Surprisingly (or not), our new plan was not successful. Although we saw some improvement over months, the loss increased to $2M. Sadly, we had to admit the project failed and consequently it was terminated.
Today, it’s easy to pinpoint our failure. It was not because we entered a new arena of sports betting, since some of our most successful projects were in initially unfamiliar industries. We failed by ignoring advice of those most experienced in this locale. I always had great respect for the CEO, but with so much confidence in our new business plan, neither I nor the department manager gave enough attention to the CEO’s reservations. In fact the entire department team, who were just as overzealous with this project as I was, supported me in my blind enthusiasm. I feel we allowed our excessive faith in the business plan to distort our judgment, and if given a second chance I would have insisted we balance each other’s optimism with more reevaluation and reflection.
Luckily for me, I was given other chances to prove that I’ve learned how to more responsibly lead project teams.
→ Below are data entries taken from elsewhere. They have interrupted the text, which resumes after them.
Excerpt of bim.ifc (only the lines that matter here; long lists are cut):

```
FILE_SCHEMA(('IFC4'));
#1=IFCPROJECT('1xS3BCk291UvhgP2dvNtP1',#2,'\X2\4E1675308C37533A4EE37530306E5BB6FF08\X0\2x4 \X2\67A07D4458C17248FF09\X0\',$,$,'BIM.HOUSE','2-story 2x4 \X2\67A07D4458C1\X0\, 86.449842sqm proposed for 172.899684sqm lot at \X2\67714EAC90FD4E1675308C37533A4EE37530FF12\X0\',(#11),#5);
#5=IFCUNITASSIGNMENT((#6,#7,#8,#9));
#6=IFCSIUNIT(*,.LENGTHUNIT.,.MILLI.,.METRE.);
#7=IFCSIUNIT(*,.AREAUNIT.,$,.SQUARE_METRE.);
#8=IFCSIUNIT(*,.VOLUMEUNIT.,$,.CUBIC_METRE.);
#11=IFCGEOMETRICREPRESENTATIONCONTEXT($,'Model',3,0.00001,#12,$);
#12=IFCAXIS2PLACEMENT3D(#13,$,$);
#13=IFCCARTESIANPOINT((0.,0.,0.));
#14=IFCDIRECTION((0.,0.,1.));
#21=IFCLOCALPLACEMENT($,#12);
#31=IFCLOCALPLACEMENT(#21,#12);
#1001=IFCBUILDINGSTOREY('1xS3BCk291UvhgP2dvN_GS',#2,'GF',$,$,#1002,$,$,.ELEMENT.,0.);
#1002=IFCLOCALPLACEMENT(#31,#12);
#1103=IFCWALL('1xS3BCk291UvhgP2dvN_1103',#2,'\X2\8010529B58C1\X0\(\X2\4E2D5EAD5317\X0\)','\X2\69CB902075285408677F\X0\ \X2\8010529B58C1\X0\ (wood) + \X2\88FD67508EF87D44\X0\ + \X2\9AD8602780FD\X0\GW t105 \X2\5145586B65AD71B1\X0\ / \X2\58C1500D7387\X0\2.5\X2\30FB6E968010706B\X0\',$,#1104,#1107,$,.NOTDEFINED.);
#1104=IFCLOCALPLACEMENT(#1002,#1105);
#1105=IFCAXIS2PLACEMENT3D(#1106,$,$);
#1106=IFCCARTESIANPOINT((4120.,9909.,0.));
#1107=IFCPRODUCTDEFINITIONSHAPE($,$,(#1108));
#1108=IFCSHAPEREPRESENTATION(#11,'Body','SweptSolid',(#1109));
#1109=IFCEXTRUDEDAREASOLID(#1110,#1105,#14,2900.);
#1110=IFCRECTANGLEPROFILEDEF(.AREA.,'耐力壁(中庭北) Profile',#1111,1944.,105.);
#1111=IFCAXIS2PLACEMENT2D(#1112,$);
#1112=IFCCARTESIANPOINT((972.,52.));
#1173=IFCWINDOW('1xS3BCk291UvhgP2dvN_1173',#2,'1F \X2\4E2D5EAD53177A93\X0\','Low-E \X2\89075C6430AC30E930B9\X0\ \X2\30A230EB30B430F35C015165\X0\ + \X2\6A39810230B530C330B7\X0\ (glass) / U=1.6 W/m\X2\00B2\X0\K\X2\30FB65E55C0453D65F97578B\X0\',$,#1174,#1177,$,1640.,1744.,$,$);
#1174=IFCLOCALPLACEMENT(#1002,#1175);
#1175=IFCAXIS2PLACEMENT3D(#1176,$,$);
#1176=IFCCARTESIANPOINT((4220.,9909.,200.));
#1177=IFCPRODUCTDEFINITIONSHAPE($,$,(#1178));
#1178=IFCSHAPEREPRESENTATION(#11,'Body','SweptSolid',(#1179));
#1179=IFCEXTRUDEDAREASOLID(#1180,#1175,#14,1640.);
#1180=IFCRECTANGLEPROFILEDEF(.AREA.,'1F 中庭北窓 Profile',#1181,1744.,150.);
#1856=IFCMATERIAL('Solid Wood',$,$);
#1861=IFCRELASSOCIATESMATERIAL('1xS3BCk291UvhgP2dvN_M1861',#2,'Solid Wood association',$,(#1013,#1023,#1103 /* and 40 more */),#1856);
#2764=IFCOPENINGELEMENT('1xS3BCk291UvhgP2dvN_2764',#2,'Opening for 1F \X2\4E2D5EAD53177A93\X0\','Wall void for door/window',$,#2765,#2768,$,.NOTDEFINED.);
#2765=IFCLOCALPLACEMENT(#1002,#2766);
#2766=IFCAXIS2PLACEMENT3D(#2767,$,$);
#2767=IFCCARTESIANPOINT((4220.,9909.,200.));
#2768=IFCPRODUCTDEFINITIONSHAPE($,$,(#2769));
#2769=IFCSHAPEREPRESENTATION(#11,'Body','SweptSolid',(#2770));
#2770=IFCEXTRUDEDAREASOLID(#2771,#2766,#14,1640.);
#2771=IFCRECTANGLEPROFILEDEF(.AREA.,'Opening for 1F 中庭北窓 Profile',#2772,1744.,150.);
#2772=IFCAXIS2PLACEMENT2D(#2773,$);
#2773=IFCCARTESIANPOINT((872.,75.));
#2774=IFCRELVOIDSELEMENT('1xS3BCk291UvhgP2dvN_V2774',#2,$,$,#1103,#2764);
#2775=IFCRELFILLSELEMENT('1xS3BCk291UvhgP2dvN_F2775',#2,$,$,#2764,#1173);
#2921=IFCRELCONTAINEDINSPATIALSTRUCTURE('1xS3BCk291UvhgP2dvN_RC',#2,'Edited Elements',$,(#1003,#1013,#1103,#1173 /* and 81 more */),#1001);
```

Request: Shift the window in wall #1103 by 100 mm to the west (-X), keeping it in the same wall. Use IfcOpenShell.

```python
import ifcopenshell
import ifcopenshell.api.geometry
import ifcopenshell.util.placement

model = ifcopenshell.open("bim.ifc")

window = model.by_id(1173)
opening = window.FillsVoids[0].RelatingOpeningElement
wall = opening.VoidsElements[0].RelatingBuildingElement

wall_matrix = ifcopenshell.util.placement.get_local_placement(wall.ObjectPlacement)
shift = wall_matrix[:3, 0] * -100.0
before = ifcopenshell.util.placement.get_local_placement(window.ObjectPlacement)[:3, 3].copy()

# The window is not placed relative to its opening, so move both.
for product in (opening, window):
    matrix = ifcopenshell.util.placement.get_local_placement(product.ObjectPlacement)
    matrix[:3, 3] += shift
    ifcopenshell.api.geometry.edit_object_placement(model, product=product, matrix=matrix, is_si=False)

after = ifcopenshell.util.placement.get_local_placement(window.ObjectPlacement)[:3, 3]
print("window moved by", (after - before).round(3) + 0.0)

model.write("bim-out.ifc")
```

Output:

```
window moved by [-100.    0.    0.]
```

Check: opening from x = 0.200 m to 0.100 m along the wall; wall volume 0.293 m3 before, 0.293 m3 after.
Leading later projects, I consulted more than ever with our CEO and other managers with vast experience both in the region and relevant industries. I’ve always appreciated their wisdom and experience as key team contributions but after the Sports Betting incident, I know how to better incorporate these elements with pure numerical factors such as business plans or market surveys. I also have felt myself become less swept up by blind enthusiasm (my own and others’) and feel more grounded with leading our team into well thought out promising endeavors.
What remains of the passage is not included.